Ланселету пришлось помочь ей раздеться. При дворе носили платья куда более замысловатые, нежели простые и строгие одежды жрицы; Моргейна чувствовала себя неуклюжей и неловкой. Понравится ли она Ланселету? Со времен рождения Гвидиона груди у нее вялые, обмякшие; не то что в тот день, когда он впервые до нее дотронулся, — где они, те груди — крохотные и упругие?
Но Ланселет словно ничего не замечал: он ласкал ее груди, теребил соски в пальцах, осторожно прихватывал губами и зубами. В голове Моргейны не осталось ни одной мысли; весь мир перестал для нее существовать — лишь прикосновения его рук и дрожь отклика в ее собственных пальцах, скользящих по его гладким плечам, и спине, и темным, пушистым завиткам волос… отчего-то ей казалось, что волосы на груди мужчины непременно окажутся колючими и жесткими, но у Ланселета все иначе, они мягкие и шелковистые, как ее черные пряди, и скручиваются в изящные, крутые завитки. Словно в бреду она вспомнила, что впервые сблизилась с юнцом не старше семнадцати лет, который толком и не знал, что происходит, так, что ей приходилось направлять его, показывать, что делать… и для нее тот раз стал первым и единственным, так что к Ланселету она пришла почти девственной… Во власти внезапно накатившего горя Моргейна пожалела, что это — не первый раз; с каким блаженством она вспоминала бы о сегодняшней ночи; вот так все и было бы; вот так все и должно было произойти… Моргейна прильнула к Ланселету, прижалась к нему всем телом, умоляюще застонала; она не могла, просто не в силах была дольше ждать…
Но, похоже, Ланселет еще не был готов принять ее, в то время как Моргейна всем своим существом тянулась к нему, тело ее пульсировало желанием и жизнью.
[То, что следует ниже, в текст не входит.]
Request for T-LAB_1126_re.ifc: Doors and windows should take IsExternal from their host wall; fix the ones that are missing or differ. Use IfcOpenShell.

First a look at what the model holds.

```python
import ifcopenshell
import ifcopenshell.util.element

model = ifcopenshell.open("T-LAB_1126_re.ifc")
print(model.schema)
seen = {}
for e in model.by_type("IfcDoor") + model.by_type("IfcWindow"):
    if not e.FillsVoids:
        continue
    host = e.FillsVoids[0].RelatingOpeningElement.VoidsElements[0].RelatingBuildingElement
    own = ifcopenshell.util.element.get_pset(e, f"Pset_{e.is_a()[3:].removesuffix('StandardCase')}Common", "IsExternal")
    wall = ifcopenshell.util.element.get_pset(host, "Pset_WallCommon", "IsExternal")
    seen[e.is_a(), own, wall] = seen.get((e.is_a(), own, wall), 0) + 1
for (cls, own, wall), count in sorted(seen.items(), key=str):
    print(count, cls, "IsExternal:", own, "| host wall:", wall)
```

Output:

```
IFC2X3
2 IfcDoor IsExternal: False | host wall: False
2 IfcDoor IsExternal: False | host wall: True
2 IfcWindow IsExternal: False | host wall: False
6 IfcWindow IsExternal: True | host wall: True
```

```python
import ifcopenshell
import ifcopenshell.api.pset
import ifcopenshell.util.element

model = ifcopenshell.open("T-LAB_1126_re.ifc")

count = 0
for ifc_class, pset_name in (("IfcDoor", "Pset_DoorCommon"), ("IfcWindow", "Pset_WindowCommon")):
    for e in model.by_type(ifc_class):
        if not e.FillsVoids:
            continue
        host = e.FillsVoids[0].RelatingOpeningElement.VoidsElements[0].RelatingBuildingElement
        external = ifcopenshell.util.element.get_pset(host, "Pset_WallCommon", "IsExternal")
        if external is None or ifcopenshell.util.element.get_pset(e, pset_name, "IsExternal") == external:
            continue
        pset = ifcopenshell.api.pset.add_pset(model, product=e, name=pset_name)
        ifcopenshell.api.pset.edit_pset(model, pset=pset, properties={"IsExternal": external})
        count += 1

print(count, "updated")

model.write("T-LAB_1126_re_updated.ifc")
```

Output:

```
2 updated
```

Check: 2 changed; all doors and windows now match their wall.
Она жадно подалась к любимому, ненасытные губы ее настаивали и заклинали. Она нашептывала его имя, она умоляла — понемногу поддаваясь страху. А Ланселет продолжал осыпать ее нежными поцелуями, ладони его поглаживали, утешали, успокаивали, вот только успокаиваться она не желала, все ее тело требовало завершения, изнывая от жажды, сотрясаясь в агонии. Моргейна попыталась заговорить, воззвать с просьбой — но с губ ее сорвался лишь горестный всхлип.
Ланселет нежно прижимал ее к себе, продолжая ласкать и поглаживать.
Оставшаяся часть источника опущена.